Brief: Search the material below for the word "IFCSHAPEREPRESENTATION". Copy every line where it is found.

Information shown:
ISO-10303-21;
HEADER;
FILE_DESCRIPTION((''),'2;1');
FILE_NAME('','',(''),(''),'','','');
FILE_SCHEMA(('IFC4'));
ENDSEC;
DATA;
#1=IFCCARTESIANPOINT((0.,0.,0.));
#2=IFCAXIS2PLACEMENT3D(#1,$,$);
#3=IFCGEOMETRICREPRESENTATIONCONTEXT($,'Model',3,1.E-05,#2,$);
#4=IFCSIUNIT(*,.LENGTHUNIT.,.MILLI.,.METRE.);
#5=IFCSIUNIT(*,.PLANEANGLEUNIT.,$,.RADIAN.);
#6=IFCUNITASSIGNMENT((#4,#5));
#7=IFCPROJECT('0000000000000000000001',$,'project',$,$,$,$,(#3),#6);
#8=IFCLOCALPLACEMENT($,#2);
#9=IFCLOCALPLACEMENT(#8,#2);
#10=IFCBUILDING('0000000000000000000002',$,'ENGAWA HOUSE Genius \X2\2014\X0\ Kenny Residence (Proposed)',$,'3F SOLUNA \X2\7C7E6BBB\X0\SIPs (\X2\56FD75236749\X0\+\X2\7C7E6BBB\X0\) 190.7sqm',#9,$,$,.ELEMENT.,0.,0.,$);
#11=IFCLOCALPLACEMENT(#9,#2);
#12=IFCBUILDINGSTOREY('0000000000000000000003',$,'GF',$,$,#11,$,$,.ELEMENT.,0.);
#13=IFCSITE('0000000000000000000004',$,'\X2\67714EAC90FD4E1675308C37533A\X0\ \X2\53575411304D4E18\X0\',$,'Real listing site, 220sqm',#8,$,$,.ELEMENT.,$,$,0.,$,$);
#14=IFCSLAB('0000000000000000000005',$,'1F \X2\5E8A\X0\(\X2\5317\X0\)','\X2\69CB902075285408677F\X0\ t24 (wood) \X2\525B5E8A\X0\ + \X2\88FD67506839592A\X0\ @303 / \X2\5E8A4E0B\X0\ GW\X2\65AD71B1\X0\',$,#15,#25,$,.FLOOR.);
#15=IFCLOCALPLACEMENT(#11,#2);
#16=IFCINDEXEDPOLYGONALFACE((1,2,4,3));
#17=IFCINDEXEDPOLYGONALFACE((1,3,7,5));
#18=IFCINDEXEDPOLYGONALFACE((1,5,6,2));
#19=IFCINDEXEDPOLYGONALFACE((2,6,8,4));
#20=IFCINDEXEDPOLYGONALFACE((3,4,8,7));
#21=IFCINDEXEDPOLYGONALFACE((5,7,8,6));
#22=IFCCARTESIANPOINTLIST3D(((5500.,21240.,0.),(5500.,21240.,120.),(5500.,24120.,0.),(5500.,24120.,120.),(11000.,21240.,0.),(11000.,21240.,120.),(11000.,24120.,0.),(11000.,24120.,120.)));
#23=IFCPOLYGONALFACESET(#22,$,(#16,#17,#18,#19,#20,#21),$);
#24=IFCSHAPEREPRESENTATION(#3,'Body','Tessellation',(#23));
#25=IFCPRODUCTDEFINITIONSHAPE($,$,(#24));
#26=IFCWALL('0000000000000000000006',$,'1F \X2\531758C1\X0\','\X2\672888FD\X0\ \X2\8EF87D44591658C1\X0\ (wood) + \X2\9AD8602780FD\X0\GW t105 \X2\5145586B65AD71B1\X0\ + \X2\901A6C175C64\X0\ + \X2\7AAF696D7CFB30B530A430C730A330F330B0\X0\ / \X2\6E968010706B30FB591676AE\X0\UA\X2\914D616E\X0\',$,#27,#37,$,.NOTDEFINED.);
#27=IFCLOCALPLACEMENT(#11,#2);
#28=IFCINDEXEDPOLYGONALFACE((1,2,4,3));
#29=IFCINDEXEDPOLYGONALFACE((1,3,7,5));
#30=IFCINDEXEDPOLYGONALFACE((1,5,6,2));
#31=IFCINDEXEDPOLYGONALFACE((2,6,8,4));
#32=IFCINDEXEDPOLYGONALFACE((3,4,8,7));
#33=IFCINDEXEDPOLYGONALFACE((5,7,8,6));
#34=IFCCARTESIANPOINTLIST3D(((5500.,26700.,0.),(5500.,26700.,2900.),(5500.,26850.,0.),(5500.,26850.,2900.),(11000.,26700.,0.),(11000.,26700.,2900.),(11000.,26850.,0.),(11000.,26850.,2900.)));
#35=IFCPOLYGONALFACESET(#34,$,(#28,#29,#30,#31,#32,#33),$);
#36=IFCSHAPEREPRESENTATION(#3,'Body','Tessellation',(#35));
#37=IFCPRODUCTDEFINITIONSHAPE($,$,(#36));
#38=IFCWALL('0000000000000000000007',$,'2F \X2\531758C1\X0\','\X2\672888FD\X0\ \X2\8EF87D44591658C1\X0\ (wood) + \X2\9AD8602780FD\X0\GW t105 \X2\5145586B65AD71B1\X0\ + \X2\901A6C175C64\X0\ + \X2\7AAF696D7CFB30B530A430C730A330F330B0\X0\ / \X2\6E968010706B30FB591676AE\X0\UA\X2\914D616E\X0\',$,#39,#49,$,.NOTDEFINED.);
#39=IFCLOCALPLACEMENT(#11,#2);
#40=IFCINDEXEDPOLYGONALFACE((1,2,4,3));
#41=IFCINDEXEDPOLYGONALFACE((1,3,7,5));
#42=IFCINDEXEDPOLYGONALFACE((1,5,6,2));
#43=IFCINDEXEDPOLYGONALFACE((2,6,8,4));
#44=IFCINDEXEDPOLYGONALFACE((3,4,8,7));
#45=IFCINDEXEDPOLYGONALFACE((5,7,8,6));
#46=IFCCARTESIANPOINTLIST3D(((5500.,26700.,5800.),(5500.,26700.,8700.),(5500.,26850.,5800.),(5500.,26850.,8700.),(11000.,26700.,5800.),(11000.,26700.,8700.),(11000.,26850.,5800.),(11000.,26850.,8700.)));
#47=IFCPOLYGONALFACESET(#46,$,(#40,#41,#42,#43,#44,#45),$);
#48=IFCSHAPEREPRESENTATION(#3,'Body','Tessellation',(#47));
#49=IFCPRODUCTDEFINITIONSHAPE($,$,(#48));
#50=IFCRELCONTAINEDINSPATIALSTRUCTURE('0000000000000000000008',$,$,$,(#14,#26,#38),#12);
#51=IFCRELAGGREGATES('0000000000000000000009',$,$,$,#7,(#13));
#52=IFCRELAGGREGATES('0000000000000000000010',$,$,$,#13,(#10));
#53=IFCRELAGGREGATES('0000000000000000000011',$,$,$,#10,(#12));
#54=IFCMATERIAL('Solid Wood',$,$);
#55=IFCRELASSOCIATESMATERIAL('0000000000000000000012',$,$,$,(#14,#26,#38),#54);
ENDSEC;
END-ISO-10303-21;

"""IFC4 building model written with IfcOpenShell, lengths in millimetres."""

from ifc_helpers import new_model, si_unit, frame, frame_2d, origin, place, context, project, spatial, rectangle, extrude, material, element, save


model = new_model("IFC4")

# Units and contexts
model_context = context("Model", 3, precision=1e-05, world=origin())
ifc_project = project(units=[si_unit("LENGTHUNIT", "METRE", prefix="MILLI"), si_unit("PLANEANGLEUNIT", "RADIAN")], contexts=[model_context])

# Site, building, storey
site_placement = place(None, origin())
site = spatial("IfcSite", under=ifc_project, at=site_placement, Name="東京都世田谷区 南向き丘", ObjectType="Real listing site, 220sqm", CompositionType="ELEMENT", RefElevation=0.0)
building_placement = place(site_placement, origin())
building = spatial("IfcBuilding", under=site, at=building_placement, Name="ENGAWA HOUSE Genius — Kenny Residence (Proposed)", ObjectType="3F SOLUNA 籾殻SIPs (国産杉+籾殻) 190.7sqm", CompositionType="ELEMENT", ElevationOfRefHeight=0.0, ElevationOfTerrain=0.0)
storey_placement = place(building_placement, origin())
storey = spatial("IfcBuildingStorey", under=building, at=storey_placement, Name="GF", CompositionType="ELEMENT", Elevation=0.0)

# Slab
ifc_material_1 = material(Name="Solid Wood")
slab_1_placement = place(storey_placement, frame((2750.0, 10620.0, 0.0)))
element("IfcSlab", 1, at=slab_1_placement, inside=storey, material=ifc_material_1, Name="1F 床(北)", Description="構造用合板 t24 (wood) 剛床 + 製材根太 @303 / 床下 GW断熱", PredefinedType="FLOOR", context=model_context, shape_type="SweptSolid", body=[
    extrude(rectangle(XDim=5500.0, YDim=2880.0, at=frame_2d((2750.0, 1440.0))), frame((2750.0, 10620.0, 0.0)), (0.0, 0.0, 1.0), 120.0),
])

# Wall
wall_1_placement = place(storey_placement, frame((2750.0, 13350.0, 0.0)))
element("IfcWall", 2, at=wall_1_placement, inside=storey, material=ifc_material_1, Name="1F 北壁", Description="木製 軸組外壁 (wood) + 高性能GW t105 充填断熱 + 通気層 + 窯業系サイディング / 準耐火・外皮UA配慮", PredefinedType="NOTDEFINED", context=model_context, shape_type="SweptSolid", body=[
    extrude(rectangle(XDim=5500.0, YDim=150.0, at=frame_2d((2750.0, 75.0))), frame((2750.0, 13350.0, 0.0)), (0.0, 0.0, 1.0), 2900.0),
])

# Wall
wall_2_placement = place(storey_placement, frame((2750.0, 13350.0, 2900.0)))
element("IfcWall", 3, at=wall_2_placement, inside=storey, material=ifc_material_1, Name="2F 北壁", Description="木製 軸組外壁 (wood) + 高性能GW t105 充填断熱 + 通気層 + 窯業系サイディング / 準耐火・外皮UA配慮", PredefinedType="NOTDEFINED", context=model_context, shape_type="SweptSolid", body=[
    extrude(rectangle(XDim=5500.0, YDim=150.0, at=frame_2d((2750.0, 75.0))), frame((2750.0, 13350.0, 2900.0)), (0.0, 0.0, 1.0), 2900.0),
])

save(model, "model.ifc")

Solution to this exercise:
#24=IFCSHAPEREPRESENTATION(#3,'Body','Tessellation',(#23));
#36=IFCSHAPEREPRESENTATION(#3,'Body','Tessellation',(#35));
#48=IFCSHAPEREPRESENTATION(#3,'Body','Tessellation',(#47));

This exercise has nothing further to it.